Multiple inhibitory ligands induce impaired T-cell immunologic synapse function in chronic lymphocytic leukemia that can be blocked with lenalidomide: establishing a reversible immune evasion mechanism in human cancer.

Cancer immune evasion is an emerging hallmark of disease progression. We have demonstrated previously that impaired actin polymerization at the T-cell immunologic synapse is a global immune dysfunction in chronic lymphocytic leukemia (CLL). Direct contact with tumor cells induces defective actin polarization at the synapse in previously healthy T cells, but the molecules mediating this dysfunction were not known. In the present study, we show via functional screening assays that CD200, CD270, CD274, and CD276 are coopted by CLL cells to induce impaired actin synapse formation in both allogeneic and autologous T cells.
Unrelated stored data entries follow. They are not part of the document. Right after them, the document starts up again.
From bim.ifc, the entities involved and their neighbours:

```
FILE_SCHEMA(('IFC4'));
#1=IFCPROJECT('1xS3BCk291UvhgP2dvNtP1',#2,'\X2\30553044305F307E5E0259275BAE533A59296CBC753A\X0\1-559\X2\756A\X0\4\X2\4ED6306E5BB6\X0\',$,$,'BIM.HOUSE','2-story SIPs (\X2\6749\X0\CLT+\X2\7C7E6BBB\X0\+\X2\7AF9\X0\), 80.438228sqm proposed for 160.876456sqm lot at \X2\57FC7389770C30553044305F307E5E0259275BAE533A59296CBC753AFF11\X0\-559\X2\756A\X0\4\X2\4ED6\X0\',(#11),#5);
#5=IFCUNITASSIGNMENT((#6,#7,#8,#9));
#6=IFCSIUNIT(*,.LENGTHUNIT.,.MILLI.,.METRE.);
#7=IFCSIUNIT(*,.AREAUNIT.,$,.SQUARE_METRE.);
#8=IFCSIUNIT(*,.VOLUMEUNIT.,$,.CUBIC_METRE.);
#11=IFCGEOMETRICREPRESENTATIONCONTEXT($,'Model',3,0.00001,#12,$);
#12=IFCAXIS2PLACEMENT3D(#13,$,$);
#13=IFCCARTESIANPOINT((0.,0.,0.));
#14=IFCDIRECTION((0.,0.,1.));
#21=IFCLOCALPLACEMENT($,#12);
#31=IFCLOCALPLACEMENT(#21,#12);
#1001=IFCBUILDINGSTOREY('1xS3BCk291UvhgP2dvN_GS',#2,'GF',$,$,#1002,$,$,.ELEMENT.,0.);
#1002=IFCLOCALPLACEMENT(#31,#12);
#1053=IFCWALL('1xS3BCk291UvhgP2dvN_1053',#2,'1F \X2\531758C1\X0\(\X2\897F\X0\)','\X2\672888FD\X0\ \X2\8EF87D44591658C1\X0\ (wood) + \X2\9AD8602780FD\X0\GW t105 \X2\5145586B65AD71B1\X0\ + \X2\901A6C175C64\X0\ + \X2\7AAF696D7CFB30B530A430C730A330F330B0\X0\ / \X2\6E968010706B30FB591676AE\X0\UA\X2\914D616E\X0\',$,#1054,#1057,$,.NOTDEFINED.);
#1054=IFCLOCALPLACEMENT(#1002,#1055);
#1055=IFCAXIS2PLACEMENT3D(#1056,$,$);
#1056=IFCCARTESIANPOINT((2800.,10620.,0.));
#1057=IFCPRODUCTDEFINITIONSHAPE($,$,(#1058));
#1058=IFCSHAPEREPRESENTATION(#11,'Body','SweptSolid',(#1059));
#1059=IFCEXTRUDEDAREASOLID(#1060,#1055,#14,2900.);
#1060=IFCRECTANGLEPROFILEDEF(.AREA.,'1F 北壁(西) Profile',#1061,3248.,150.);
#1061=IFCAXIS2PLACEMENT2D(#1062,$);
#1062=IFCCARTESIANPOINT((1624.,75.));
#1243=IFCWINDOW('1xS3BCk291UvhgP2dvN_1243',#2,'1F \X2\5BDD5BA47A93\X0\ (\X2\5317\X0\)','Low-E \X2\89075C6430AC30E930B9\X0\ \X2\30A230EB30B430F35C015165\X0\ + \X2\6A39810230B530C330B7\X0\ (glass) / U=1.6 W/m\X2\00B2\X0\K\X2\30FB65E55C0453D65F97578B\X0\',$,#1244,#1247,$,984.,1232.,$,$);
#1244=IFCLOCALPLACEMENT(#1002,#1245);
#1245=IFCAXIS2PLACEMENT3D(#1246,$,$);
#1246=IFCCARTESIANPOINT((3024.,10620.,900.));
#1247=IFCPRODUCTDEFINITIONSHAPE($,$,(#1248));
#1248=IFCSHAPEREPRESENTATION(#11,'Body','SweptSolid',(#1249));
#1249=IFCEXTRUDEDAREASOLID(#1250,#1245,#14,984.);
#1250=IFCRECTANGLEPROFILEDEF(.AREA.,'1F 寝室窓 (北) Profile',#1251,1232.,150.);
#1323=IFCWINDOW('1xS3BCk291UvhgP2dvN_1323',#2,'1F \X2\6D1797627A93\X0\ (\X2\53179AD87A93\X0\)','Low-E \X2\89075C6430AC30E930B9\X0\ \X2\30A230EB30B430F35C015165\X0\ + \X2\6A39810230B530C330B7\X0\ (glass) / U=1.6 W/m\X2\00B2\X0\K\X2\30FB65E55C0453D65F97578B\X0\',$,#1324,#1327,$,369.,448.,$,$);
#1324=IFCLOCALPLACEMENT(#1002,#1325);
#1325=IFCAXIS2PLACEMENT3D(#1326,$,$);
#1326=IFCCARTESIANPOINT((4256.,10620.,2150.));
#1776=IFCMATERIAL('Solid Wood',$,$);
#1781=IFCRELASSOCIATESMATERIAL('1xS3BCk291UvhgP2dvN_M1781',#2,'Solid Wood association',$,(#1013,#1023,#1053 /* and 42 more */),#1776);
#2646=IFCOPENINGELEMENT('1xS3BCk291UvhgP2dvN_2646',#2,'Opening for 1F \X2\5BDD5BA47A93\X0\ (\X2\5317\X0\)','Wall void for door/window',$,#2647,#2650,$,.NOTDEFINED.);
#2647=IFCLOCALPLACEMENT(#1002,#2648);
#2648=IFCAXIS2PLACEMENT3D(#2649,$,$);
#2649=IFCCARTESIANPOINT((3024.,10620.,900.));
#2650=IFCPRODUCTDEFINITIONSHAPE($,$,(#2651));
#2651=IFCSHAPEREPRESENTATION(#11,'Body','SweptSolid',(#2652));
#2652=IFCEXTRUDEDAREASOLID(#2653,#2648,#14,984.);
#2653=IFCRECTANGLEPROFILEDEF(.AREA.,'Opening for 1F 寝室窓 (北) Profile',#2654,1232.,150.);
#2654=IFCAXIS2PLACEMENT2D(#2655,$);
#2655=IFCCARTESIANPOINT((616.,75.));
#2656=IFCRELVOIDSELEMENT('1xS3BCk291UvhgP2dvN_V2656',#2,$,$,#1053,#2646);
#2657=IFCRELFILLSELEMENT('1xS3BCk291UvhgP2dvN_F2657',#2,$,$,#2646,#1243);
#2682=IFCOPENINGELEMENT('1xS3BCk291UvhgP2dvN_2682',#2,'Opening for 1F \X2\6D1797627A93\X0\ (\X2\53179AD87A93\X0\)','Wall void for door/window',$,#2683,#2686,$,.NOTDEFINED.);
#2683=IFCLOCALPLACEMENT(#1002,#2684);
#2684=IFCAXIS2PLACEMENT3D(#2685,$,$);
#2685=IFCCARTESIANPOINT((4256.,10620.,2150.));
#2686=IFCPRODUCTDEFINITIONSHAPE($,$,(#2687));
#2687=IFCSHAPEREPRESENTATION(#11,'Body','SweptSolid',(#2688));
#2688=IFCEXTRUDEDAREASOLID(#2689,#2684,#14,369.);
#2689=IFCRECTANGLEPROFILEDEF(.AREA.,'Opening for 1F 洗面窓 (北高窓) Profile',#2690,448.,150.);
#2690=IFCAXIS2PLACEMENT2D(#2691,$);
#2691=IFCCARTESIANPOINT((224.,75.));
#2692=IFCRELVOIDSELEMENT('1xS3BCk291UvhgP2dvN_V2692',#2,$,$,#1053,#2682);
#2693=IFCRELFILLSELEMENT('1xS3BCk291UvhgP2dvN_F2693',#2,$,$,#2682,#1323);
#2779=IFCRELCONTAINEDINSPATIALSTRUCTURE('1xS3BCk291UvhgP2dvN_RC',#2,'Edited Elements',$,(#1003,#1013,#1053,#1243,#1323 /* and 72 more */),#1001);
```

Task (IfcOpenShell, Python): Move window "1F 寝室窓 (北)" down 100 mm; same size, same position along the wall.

```python
import numpy as np
import ifcopenshell
import ifcopenshell.api.geometry
import ifcopenshell.util.placement
import ifcopenshell.util.unit

model = ifcopenshell.open("bim.ifc")
unit_scale = ifcopenshell.util.unit.calculate_unit_scale(model)

window = model.by_id(1243)
opening = window.FillsVoids[0].RelatingOpeningElement
dz = -0.1 / unit_scale

shift = np.array([0.0, 0.0, dz])
# The window is not placed relative to its opening, so move both.
for product in (opening, window):
    matrix = ifcopenshell.util.placement.get_local_placement(product.ObjectPlacement)
    matrix[:3, 3] += shift
    ifcopenshell.api.geometry.edit_object_placement(model, product=product, matrix=matrix, is_si=False)

print(f"moved by {dz * unit_scale:+.3f} m")

model.write("bim_edited.ifc")
```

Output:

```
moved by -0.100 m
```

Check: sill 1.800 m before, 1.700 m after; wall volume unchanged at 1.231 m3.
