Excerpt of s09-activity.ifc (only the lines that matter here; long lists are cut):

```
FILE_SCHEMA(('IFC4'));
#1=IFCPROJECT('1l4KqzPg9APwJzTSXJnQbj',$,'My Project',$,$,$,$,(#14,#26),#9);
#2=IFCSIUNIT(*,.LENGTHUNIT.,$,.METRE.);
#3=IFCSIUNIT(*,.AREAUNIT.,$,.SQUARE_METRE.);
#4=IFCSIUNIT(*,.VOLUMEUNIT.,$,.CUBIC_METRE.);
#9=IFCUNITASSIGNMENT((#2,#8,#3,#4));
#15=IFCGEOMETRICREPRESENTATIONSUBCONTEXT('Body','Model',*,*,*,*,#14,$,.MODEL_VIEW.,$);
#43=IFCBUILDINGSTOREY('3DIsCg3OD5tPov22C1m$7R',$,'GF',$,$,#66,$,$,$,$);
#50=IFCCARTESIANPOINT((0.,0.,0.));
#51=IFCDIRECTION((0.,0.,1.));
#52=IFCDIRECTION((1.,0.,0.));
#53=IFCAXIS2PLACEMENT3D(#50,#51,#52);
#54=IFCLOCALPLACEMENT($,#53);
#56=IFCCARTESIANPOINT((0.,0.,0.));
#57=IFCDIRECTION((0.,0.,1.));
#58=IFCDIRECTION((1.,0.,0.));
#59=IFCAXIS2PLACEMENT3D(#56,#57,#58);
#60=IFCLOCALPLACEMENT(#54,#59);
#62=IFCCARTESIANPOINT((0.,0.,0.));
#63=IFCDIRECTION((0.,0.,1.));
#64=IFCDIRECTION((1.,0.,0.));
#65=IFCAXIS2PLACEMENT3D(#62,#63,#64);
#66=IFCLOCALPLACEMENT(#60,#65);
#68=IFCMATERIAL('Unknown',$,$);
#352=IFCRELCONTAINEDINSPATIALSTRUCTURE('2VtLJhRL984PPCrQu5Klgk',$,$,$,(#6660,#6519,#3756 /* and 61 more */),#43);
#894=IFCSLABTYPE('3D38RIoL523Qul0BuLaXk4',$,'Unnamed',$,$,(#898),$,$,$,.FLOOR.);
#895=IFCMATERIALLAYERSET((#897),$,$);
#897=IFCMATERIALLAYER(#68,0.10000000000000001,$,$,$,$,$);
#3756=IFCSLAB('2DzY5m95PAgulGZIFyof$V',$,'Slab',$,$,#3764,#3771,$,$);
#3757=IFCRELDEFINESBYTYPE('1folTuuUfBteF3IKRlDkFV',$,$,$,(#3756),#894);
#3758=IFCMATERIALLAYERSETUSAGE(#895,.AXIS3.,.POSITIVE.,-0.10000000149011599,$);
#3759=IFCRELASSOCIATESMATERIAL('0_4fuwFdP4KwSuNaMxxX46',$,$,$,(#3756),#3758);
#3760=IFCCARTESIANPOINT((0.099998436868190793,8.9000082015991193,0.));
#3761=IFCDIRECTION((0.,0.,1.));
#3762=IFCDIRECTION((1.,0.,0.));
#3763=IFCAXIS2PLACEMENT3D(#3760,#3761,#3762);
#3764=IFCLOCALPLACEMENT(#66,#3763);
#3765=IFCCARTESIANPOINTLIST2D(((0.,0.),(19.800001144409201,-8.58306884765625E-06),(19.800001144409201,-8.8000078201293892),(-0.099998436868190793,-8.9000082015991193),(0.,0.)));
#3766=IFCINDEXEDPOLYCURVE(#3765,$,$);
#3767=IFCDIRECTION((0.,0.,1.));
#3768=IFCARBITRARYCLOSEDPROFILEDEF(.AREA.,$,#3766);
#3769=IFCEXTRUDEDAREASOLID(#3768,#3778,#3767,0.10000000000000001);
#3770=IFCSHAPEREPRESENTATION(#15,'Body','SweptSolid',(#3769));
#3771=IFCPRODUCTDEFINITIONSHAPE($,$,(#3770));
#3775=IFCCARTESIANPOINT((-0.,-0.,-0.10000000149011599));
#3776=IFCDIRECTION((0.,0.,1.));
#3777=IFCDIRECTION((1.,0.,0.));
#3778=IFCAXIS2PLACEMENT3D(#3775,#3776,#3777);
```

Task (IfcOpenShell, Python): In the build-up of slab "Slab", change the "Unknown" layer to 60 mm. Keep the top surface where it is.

```python
import ifcopenshell
import ifcopenshell.util.element
import ifcopenshell.util.representation
import ifcopenshell.util.unit

model = ifcopenshell.open("s09-activity.ifc")
unit_scale = ifcopenshell.util.unit.calculate_unit_scale(model)

layer_set = model.by_id(895)
layer = next(l for l in layer_set.MaterialLayers if l.Material and l.Material.Name == "Unknown")
change = 0.06 / unit_scale - layer.LayerThickness
layer.LayerThickness += change

# Geometry does not follow the layer set by itself.
slabs = [e for e in ifcopenshell.util.element.get_elements_by_material(model, layer_set) if e.is_a("IfcSlab")]
for slab in sorted(slabs, key=lambda e: e.id()):
    body = ifcopenshell.util.representation.get_representation(slab, "Model", "Body")
    solid = body.Items[0]
    old_depth = solid.Depth
    solid.Depth += change
    # Extruded upwards: lower the start of the extrusion so the top stays.
    x, y, z = solid.Position.Location.Coordinates
    solid.Position.Location = model.createIfcCartesianPoint((x, y, z - change))
    print(slab.id(), f"{old_depth:g} -> {solid.Depth:g}")

# The layers are counted up from the underside, which has moved.
for usage in {ifcopenshell.util.element.get_material(slab) for slab in slabs}:
    usage.OffsetFromReferenceLine -= change

model.write("s09-activity-out.ifc")
```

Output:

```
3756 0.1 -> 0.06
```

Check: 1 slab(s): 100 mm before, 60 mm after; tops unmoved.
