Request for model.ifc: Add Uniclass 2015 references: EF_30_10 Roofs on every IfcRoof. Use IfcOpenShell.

First a look at what the model holds.

```python
import ifcopenshell

model = ifcopenshell.open("model.ifc")
print(model.schema)
print("classifications:", [c.Name for c in model.by_type("IfcClassification")])
for ifc_class in ("IfcDoor", "IfcRoof", "IfcStair", "IfcWall", "IfcWindow"):
    print(ifc_class, len(model.by_type(ifc_class)))
```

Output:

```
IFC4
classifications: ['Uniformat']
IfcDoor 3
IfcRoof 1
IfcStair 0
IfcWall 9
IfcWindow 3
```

```python
import ifcopenshell
import ifcopenshell.api.classification

model = ifcopenshell.open("model.ifc")

system = ifcopenshell.api.classification.add_classification(model, classification="Uniclass 2015")

codes = {
    "IfcRoof": ("EF_30_10", "Roofs"),
}
for ifc_class, (code, name) in codes.items():
    products = model.by_type(ifc_class)
    ifcopenshell.api.classification.add_reference(
        model, products=products, classification=system, identification=code, name=name
    )
    print(code, len(products))

model.write("model_edited.ifc")
```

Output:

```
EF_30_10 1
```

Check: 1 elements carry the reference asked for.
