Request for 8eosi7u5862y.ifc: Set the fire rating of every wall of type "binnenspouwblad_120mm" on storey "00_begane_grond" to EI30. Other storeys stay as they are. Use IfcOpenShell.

First a look at what the model holds.

```python
import ifcopenshell
import ifcopenshell.util.element

model = ifcopenshell.open("8eosi7u5862y.ifc")
print(model.schema)
storey = next(s for s in model.by_type("IfcBuildingStorey") if s.Name == "00_begane_grond")
walls = [e for e in ifcopenshell.util.element.get_decomposition(storey) if e.is_a("IfcWall")]
seen = {}
for e in walls:
    element_type = ifcopenshell.util.element.get_type(e)
    key = (element_type.Name if element_type != e and element_type else None, ifcopenshell.util.element.get_pset(e, "Pset_WallCommon", "FireRating"))
    seen[key] = seen.get(key, 0) + 1
for (name, value), count in sorted(seen.items(), key=str):
    print(count, "x", name, "|", value)
```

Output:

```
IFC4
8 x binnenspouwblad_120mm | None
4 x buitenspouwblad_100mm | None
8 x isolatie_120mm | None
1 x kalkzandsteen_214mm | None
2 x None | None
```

```python
import ifcopenshell
import ifcopenshell.api.pset
import ifcopenshell.util.element

model = ifcopenshell.open("8eosi7u5862y.ifc")

storey = next(s for s in model.by_type("IfcBuildingStorey") if s.Name == "00_begane_grond")
walls = [e for e in ifcopenshell.util.element.get_decomposition(storey) if e.is_a("IfcWall")]

count = 0
for e in walls:
    element_type = ifcopenshell.util.element.get_type(e)
    if element_type in (None, e) or element_type.Name != "binnenspouwblad_120mm":
        continue
    # add_pset returns the element's existing set when there is one.
    pset = ifcopenshell.api.pset.add_pset(model, product=e, name="Pset_WallCommon")
    ifcopenshell.api.pset.edit_pset(model, pset=pset, properties={"FireRating": "EI30"})
    count += 1

print(count, "walls updated")

model.write("8eosi7u5862y_edited.ifc")
```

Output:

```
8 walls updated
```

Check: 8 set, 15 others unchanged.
We also show that inhibitory ligand-induced impairment of T-cell actin dynamics is a common immunosuppressive strategy used by both hematologic (including lymphoma) and solid carcinoma cells. This immunosuppressive signaling targets T-cell Rho-GTPase activation. Of clinical relevance, the immunomodulatory drug lenalidomide prevented the induction of these defects by down-regulating tumor cell-inhibitory molecule expression. These results using human CLL as a model cancer establish a novel evasion mechanism whereby malignant cells exploit multiple inhibitory ligand signaling to down-regulate small GTPases and lytic synapse function in global T-cell populations. These findings should contribute to the design of immunotherapeutic strategies to reverse T-cell tolerance in cancer.